**Action item:**
One number is the whole answer: how many lines of the records include "VOLUMEUNIT".
---
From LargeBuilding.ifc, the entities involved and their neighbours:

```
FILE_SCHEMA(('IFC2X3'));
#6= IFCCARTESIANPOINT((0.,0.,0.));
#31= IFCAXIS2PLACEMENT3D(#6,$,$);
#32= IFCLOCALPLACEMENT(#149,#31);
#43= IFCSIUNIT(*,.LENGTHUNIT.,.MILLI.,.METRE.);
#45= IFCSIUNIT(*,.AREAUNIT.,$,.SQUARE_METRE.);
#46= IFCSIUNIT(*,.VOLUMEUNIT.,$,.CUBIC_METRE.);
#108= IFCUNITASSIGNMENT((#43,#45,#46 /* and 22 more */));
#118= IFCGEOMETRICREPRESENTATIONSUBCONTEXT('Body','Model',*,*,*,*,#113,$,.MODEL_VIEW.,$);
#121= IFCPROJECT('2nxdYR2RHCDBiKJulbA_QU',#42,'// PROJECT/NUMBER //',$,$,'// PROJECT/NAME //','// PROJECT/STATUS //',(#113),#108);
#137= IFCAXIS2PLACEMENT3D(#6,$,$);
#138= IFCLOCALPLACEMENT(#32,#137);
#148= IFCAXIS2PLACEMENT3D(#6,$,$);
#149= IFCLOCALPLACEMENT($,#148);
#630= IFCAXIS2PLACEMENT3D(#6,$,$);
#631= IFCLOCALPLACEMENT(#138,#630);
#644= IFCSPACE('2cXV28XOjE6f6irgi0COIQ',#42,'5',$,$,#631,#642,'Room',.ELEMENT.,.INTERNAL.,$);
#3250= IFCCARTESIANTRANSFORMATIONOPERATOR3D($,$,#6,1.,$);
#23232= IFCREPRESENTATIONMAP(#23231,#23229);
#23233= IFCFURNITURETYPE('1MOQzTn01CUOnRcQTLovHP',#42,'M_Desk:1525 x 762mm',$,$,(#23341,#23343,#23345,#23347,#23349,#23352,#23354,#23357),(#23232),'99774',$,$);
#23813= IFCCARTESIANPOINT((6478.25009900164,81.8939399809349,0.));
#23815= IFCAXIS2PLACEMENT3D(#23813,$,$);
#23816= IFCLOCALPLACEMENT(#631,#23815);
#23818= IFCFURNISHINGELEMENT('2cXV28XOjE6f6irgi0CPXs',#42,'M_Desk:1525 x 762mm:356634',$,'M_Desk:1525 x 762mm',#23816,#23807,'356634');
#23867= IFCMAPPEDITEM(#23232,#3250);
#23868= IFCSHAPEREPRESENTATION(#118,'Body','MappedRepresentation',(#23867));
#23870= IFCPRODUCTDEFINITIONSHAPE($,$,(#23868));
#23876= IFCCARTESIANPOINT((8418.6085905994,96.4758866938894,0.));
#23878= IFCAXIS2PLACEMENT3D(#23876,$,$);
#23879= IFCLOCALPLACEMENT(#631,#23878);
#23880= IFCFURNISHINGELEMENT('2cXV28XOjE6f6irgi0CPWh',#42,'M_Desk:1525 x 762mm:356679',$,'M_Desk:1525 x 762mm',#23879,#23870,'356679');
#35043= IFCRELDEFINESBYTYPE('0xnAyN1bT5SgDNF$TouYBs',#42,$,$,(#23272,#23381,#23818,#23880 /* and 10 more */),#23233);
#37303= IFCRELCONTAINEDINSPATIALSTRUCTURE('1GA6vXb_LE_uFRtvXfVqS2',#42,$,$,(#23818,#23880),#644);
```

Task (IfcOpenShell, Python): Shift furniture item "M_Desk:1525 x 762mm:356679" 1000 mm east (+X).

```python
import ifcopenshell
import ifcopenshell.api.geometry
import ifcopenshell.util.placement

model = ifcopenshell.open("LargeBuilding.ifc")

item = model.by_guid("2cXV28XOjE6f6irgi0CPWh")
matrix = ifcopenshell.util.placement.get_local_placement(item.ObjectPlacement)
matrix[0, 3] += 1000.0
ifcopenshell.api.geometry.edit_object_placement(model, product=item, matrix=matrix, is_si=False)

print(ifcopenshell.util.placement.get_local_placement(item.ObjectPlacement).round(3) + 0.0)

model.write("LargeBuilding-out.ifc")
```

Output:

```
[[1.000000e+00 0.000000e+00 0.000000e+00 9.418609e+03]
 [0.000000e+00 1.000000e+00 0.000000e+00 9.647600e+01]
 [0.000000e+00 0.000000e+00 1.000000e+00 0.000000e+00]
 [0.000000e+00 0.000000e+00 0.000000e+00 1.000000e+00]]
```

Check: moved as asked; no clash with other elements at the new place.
---
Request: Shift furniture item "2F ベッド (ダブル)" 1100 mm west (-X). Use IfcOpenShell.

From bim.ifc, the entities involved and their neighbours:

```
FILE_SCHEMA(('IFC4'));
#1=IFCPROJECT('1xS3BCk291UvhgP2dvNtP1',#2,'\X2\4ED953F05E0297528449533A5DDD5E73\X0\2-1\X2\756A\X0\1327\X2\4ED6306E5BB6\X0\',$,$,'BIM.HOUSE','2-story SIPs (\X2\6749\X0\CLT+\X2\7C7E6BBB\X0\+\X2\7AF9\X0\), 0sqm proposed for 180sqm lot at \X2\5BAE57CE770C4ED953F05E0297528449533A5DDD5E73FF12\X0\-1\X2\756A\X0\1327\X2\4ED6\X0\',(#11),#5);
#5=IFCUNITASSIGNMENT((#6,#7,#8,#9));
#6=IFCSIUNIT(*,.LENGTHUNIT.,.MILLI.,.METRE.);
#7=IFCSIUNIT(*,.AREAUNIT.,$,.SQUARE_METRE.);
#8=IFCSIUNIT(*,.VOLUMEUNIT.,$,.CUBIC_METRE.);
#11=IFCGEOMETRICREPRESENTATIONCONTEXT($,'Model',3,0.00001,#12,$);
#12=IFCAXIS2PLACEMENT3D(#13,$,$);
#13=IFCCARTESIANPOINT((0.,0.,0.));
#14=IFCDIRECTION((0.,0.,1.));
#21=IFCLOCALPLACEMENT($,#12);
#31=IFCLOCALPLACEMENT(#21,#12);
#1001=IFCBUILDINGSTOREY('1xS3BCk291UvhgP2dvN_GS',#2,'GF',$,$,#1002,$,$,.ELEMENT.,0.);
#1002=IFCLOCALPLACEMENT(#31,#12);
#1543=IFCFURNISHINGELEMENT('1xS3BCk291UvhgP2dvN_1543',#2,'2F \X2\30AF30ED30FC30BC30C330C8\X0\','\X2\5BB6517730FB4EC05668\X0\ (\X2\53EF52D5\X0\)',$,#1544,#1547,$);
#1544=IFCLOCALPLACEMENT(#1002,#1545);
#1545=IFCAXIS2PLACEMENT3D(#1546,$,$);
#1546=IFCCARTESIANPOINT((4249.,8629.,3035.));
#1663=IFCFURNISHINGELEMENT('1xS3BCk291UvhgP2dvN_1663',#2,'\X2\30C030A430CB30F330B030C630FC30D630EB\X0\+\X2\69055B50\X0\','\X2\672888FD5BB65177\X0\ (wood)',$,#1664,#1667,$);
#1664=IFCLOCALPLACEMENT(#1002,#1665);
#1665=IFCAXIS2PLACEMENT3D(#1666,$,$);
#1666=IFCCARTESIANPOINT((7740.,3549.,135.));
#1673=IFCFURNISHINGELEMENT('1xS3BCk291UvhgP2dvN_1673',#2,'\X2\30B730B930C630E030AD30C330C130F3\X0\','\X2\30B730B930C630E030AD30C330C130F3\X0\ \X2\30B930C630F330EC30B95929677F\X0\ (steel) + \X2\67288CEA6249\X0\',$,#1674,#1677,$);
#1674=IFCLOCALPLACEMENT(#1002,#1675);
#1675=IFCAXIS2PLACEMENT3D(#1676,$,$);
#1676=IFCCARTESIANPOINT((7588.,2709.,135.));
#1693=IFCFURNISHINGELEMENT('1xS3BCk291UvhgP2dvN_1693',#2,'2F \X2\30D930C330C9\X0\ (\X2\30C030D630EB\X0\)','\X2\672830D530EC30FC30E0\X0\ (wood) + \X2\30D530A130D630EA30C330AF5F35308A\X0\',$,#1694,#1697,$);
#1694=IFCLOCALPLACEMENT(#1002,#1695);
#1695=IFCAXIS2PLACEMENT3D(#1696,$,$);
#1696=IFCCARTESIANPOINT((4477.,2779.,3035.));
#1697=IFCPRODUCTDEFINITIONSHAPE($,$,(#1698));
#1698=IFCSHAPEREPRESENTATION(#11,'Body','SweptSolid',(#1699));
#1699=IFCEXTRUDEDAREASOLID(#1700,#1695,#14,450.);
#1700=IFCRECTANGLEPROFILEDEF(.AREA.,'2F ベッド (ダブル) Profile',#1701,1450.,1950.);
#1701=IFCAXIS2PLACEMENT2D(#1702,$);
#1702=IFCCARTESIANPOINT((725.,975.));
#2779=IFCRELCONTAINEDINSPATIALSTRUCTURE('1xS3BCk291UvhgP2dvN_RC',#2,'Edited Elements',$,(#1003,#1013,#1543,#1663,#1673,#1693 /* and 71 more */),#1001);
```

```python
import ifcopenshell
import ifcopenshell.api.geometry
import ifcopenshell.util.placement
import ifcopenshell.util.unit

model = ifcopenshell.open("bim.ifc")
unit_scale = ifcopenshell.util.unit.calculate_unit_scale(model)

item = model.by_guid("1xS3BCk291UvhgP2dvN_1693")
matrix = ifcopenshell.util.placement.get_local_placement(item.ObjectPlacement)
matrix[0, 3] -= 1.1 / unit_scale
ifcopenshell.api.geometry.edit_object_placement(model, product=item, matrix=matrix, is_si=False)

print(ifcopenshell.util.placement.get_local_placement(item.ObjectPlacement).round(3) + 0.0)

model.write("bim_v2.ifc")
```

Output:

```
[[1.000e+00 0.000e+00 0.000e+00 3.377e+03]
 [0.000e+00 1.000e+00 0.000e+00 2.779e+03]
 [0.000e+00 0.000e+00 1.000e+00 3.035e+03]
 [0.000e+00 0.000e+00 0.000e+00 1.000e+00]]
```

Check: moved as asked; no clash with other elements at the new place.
---
**Your response:**
2